How to complete this task »
Your answer should be every line of the entries that has the string "IFCLOCALPLACEMENT" in it.

Given information »
+ + + + +

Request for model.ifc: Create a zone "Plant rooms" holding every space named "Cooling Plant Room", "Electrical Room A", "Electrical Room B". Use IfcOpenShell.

First a look at what the model holds.

```python
import ifcopenshell

model = ifcopenshell.open("model.ifc")
print(model.schema)
seen = {}
for space in model.by_type("IfcSpace"):
    seen[space.LongName] = seen.get(space.LongName, 0) + 1
for name, count in sorted(seen.items(), key=str):
    print(count, "x", name)
print("zones:", [z.Name for z in model.by_type("IfcZone")][:20])
```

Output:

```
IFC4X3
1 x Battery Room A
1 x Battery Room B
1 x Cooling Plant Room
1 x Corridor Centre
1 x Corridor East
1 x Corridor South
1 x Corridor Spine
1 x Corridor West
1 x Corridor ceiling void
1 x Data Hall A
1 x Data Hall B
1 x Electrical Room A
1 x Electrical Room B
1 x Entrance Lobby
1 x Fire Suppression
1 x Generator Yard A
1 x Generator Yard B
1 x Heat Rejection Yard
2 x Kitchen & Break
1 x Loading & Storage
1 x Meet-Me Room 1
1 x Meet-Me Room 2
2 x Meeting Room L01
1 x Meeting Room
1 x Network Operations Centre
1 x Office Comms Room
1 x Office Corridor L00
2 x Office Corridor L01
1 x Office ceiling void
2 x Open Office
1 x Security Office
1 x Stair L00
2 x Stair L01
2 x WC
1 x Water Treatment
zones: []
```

```python
import ifcopenshell
import ifcopenshell.api.group
import ifcopenshell.api.root

model = ifcopenshell.open("model.ifc")

names = {"Cooling Plant Room", "Electrical Room A", "Electrical Room B"}
spaces = [s for s in model.by_type("IfcSpace") if s.LongName in names]

zone = ifcopenshell.api.root.create_entity(model, ifc_class="IfcZone", name="Plant rooms")
ifcopenshell.api.group.assign_group(model, products=spaces, group=zone)
print(len(spaces), "spaces in", zone.Name)

model.write("model_rev.ifc")
```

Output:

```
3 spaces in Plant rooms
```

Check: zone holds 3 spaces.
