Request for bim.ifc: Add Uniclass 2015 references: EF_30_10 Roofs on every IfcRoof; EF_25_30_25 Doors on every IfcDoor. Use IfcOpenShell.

First a look at what the model holds.

```python
import ifcopenshell

model = ifcopenshell.open("bim.ifc")
print(model.schema)
print("classifications:", [c.Name for c in model.by_type("IfcClassification")])
for ifc_class in ("IfcDoor", "IfcRoof", "IfcStair", "IfcWall", "IfcWindow"):
    print(ifc_class, len(model.by_type(ifc_class)))
```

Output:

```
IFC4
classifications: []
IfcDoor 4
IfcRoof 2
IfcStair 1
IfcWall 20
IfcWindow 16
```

```python
import ifcopenshell
import ifcopenshell.api.classification

model = ifcopenshell.open("bim.ifc")

system = ifcopenshell.api.classification.add_classification(model, classification="Uniclass 2015")

codes = {
    "IfcRoof": ("EF_30_10", "Roofs"),
    "IfcDoor": ("EF_25_30_25", "Doors"),
}
for ifc_class, (code, name) in codes.items():
    products = model.by_type(ifc_class)
    ifcopenshell.api.classification.add_reference(
        model, products=products, classification=system, identification=code, name=name
    )
    print(code, len(products))

model.write("bim_updated.ifc")
```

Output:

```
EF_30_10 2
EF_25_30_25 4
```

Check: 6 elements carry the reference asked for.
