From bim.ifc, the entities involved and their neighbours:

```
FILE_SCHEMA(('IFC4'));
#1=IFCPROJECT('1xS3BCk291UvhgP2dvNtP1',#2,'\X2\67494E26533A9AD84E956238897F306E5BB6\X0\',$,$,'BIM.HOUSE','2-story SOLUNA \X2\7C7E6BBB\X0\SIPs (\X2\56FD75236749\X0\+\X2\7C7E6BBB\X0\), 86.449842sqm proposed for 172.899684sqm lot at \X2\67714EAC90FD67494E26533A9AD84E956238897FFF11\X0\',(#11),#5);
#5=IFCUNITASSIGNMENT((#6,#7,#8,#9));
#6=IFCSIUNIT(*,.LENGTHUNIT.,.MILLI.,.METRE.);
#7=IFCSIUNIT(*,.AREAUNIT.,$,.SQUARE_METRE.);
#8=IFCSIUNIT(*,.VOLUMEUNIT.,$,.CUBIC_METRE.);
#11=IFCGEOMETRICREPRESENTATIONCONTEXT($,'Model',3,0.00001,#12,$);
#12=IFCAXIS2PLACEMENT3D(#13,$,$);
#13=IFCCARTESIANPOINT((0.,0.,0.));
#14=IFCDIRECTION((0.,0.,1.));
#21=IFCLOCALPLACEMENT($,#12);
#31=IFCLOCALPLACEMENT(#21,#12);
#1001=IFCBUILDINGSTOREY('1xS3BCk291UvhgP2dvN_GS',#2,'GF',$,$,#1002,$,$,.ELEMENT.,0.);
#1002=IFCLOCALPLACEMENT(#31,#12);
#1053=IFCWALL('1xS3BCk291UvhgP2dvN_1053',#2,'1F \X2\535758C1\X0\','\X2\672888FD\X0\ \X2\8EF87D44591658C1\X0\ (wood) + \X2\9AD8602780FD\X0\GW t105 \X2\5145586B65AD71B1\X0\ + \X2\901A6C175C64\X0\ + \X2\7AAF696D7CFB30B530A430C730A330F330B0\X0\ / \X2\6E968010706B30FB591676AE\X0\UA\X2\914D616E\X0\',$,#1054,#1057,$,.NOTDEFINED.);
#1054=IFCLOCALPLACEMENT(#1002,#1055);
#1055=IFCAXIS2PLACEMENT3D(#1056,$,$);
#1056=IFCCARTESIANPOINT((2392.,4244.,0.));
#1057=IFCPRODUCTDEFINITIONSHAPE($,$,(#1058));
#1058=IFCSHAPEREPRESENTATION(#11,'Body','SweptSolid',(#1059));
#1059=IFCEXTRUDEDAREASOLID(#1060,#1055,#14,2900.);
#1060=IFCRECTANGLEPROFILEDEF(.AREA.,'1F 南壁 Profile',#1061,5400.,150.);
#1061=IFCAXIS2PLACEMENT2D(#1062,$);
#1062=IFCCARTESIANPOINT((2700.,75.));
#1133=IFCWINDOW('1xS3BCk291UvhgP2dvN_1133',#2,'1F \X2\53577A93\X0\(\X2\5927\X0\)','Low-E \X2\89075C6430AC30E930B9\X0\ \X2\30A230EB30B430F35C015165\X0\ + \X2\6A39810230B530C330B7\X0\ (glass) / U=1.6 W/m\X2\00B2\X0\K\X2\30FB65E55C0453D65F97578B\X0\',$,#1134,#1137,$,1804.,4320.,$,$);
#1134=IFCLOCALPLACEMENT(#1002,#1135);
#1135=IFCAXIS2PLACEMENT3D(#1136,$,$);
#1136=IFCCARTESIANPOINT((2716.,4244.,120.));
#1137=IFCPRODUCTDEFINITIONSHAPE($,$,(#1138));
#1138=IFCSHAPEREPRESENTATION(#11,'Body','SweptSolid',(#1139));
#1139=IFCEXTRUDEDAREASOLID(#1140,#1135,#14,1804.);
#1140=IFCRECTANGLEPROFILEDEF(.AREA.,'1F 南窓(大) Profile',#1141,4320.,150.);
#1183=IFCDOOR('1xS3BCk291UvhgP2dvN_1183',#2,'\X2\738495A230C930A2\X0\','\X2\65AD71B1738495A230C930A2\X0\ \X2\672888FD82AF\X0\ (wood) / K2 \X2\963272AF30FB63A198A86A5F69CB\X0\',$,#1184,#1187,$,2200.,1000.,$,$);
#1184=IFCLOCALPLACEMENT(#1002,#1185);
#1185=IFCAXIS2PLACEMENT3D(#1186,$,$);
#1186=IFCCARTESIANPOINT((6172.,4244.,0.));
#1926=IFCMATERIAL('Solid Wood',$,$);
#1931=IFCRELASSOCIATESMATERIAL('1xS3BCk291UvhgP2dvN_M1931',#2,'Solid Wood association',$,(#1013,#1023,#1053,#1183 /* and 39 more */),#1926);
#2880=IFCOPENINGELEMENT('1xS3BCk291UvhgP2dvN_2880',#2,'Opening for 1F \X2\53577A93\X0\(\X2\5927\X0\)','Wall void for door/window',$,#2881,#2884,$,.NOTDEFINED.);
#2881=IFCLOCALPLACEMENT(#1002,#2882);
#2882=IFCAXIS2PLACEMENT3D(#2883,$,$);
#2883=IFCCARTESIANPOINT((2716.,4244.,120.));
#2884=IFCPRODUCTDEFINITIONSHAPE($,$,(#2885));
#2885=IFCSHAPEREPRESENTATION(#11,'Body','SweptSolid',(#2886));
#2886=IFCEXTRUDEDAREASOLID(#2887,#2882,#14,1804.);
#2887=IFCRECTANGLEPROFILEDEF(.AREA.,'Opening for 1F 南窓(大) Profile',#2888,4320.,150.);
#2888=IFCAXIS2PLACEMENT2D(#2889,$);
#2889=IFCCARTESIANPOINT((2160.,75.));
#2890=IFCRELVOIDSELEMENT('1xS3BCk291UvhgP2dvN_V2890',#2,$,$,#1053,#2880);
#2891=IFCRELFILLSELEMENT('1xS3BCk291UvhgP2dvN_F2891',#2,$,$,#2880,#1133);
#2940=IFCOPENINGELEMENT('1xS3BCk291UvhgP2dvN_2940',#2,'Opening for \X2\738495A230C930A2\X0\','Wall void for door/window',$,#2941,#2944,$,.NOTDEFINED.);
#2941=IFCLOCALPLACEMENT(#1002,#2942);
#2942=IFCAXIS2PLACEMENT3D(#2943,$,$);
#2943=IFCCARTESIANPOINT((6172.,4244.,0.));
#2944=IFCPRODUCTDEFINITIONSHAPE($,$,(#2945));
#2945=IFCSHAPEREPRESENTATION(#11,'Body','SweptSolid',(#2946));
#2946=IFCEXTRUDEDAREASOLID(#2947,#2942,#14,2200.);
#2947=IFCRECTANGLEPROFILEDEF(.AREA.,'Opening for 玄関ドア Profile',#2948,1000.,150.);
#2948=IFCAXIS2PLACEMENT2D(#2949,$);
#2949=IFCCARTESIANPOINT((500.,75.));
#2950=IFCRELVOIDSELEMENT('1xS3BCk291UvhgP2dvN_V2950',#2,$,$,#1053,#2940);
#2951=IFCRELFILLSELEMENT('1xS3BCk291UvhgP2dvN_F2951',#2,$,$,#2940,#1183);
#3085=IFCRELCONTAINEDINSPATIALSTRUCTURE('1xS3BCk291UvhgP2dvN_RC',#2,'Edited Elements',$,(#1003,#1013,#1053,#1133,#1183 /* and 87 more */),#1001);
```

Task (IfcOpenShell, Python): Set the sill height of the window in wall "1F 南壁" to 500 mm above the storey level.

```python
import numpy as np
import ifcopenshell
import ifcopenshell.api.geometry
import ifcopenshell.geom
import ifcopenshell.util.element
import ifcopenshell.util.placement
import ifcopenshell.util.shape
import ifcopenshell.util.unit

model = ifcopenshell.open("bim.ifc")
unit_scale = ifcopenshell.util.unit.calculate_unit_scale(model)

window = model.by_id(1133)
opening = window.FillsVoids[0].RelatingOpeningElement
storey = ifcopenshell.util.element.get_container(window, ifc_class="IfcBuildingStorey")
level = ifcopenshell.util.placement.get_local_placement(storey.ObjectPlacement)[2, 3]

# The opening's origin need not be at the sill, so measure its lowest point.
shape = ifcopenshell.geom.create_shape(ifcopenshell.geom.settings(), opening)
bottom = ifcopenshell.util.shape.get_shape_bottom_elevation(shape, shape.geometry) / unit_scale
dz = level + 500.0 - bottom

shift = np.array([0.0, 0.0, dz])
# The window is not placed relative to its opening, so move both.
for product in (opening, window):
    matrix = ifcopenshell.util.placement.get_local_placement(product.ObjectPlacement)
    matrix[:3, 3] += shift
    ifcopenshell.api.geometry.edit_object_placement(model, product=product, matrix=matrix, is_si=False)

print(f"moved by {dz * unit_scale:+.3f} m")

model.write("bim_rev.ifc")
```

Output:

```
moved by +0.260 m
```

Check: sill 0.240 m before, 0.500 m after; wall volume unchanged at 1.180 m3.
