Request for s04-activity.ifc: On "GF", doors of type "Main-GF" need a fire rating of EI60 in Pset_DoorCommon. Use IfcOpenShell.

First a look at what the model holds.

```python
import ifcopenshell
import ifcopenshell.util.element

model = ifcopenshell.open("s04-activity.ifc")
print(model.schema)
storey = next(s for s in model.by_type("IfcBuildingStorey") if s.Name == "GF")
doors = [e for e in ifcopenshell.util.element.get_decomposition(storey) if e.is_a("IfcDoor")]
seen = {}
for e in doors:
    element_type = ifcopenshell.util.element.get_type(e)
    key = (element_type.Name if element_type != e and element_type else None, ifcopenshell.util.element.get_pset(e, "Pset_DoorCommon", "FireRating"))
    seen[key] = seen.get(key, 0) + 1
for (name, value), count in sorted(seen.items(), key=str):
    print(count, "x", name, "|", value)
```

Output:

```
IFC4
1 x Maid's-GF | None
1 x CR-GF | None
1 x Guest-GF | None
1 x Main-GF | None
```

```python
import ifcopenshell
import ifcopenshell.api.pset
import ifcopenshell.util.element

model = ifcopenshell.open("s04-activity.ifc")

storey = next(s for s in model.by_type("IfcBuildingStorey") if s.Name == "GF")
doors = [e for e in ifcopenshell.util.element.get_decomposition(storey) if e.is_a("IfcDoor")]

count = 0
for e in doors:
    element_type = ifcopenshell.util.element.get_type(e)
    if element_type in (None, e) or element_type.Name != "Main-GF":
        continue
    # add_pset returns the element's existing set when there is one.
    pset = ifcopenshell.api.pset.add_pset(model, product=e, name="Pset_DoorCommon")
    ifcopenshell.api.pset.edit_pset(model, pset=pset, properties={"FireRating": "EI60"})
    count += 1

print(count, "doors updated")

model.write("s04-activity_updated.ifc")
```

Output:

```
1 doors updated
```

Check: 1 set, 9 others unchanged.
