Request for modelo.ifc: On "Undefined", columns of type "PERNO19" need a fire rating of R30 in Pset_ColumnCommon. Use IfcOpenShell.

First a look at what the model holds.

```python
import ifcopenshell
import ifcopenshell.util.element

model = ifcopenshell.open("modelo.ifc")
print(model.schema)
storey = next(s for s in model.by_type("IfcBuildingStorey") if s.Name == "Undefined")
columns = [e for e in ifcopenshell.util.element.get_decomposition(storey) if e.is_a("IfcColumn")]
seen = {}
for e in columns:
    element_type = ifcopenshell.util.element.get_type(e)
    key = (element_type.Name if element_type != e and element_type else None, ifcopenshell.util.element.get_pset(e, "Pset_ColumnCommon", "FireRating"))
    seen[key] = seen.get(key, 0) + 1
for (name, value), count in sorted(seen.items(), key=str):
    print(count, "x", name, "|", value)
```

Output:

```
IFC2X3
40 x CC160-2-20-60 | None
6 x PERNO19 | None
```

```python
import ifcopenshell
import ifcopenshell.api.pset
import ifcopenshell.util.element

model = ifcopenshell.open("modelo.ifc")

storey = next(s for s in model.by_type("IfcBuildingStorey") if s.Name == "Undefined")
columns = [e for e in ifcopenshell.util.element.get_decomposition(storey) if e.is_a("IfcColumn")]

count = 0
for e in columns:
    element_type = ifcopenshell.util.element.get_type(e)
    if element_type in (None, e) or element_type.Name != "PERNO19":
        continue
    found = ifcopenshell.util.element.get_pset(e, "Pset_ColumnCommon", should_inherit=False)
    if found:
        pset = model.by_id(found["id"])
        if len(ifcopenshell.util.element.get_elements_by_pset(pset)) > 1:
            pset = ifcopenshell.api.pset.unshare_pset(model, products=[e], pset=pset)[0]
    else:
        pset = ifcopenshell.api.pset.add_pset(model, product=e, name="Pset_ColumnCommon")
    ifcopenshell.api.pset.edit_pset(model, pset=pset, properties={"FireRating": "R30"})
    count += 1

print(count, "columns updated")

model.write("modelo_updated.ifc")
```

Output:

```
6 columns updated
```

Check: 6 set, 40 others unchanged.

+ + + + +

Solved problem »
#21=IFCLOCALPLACEMENT($,#12);
#31=IFCLOCALPLACEMENT(#21,#12);
#1002=IFCLOCALPLACEMENT(#31,#12);
#1054=IFCLOCALPLACEMENT(#1002,#1055);
#1134=IFCLOCALPLACEMENT(#1002,#1135);
#1184=IFCLOCALPLACEMENT(#1002,#1185);
#2881=IFCLOCALPLACEMENT(#1002,#2882);
#2941=IFCLOCALPLACEMENT(#1002,#2942);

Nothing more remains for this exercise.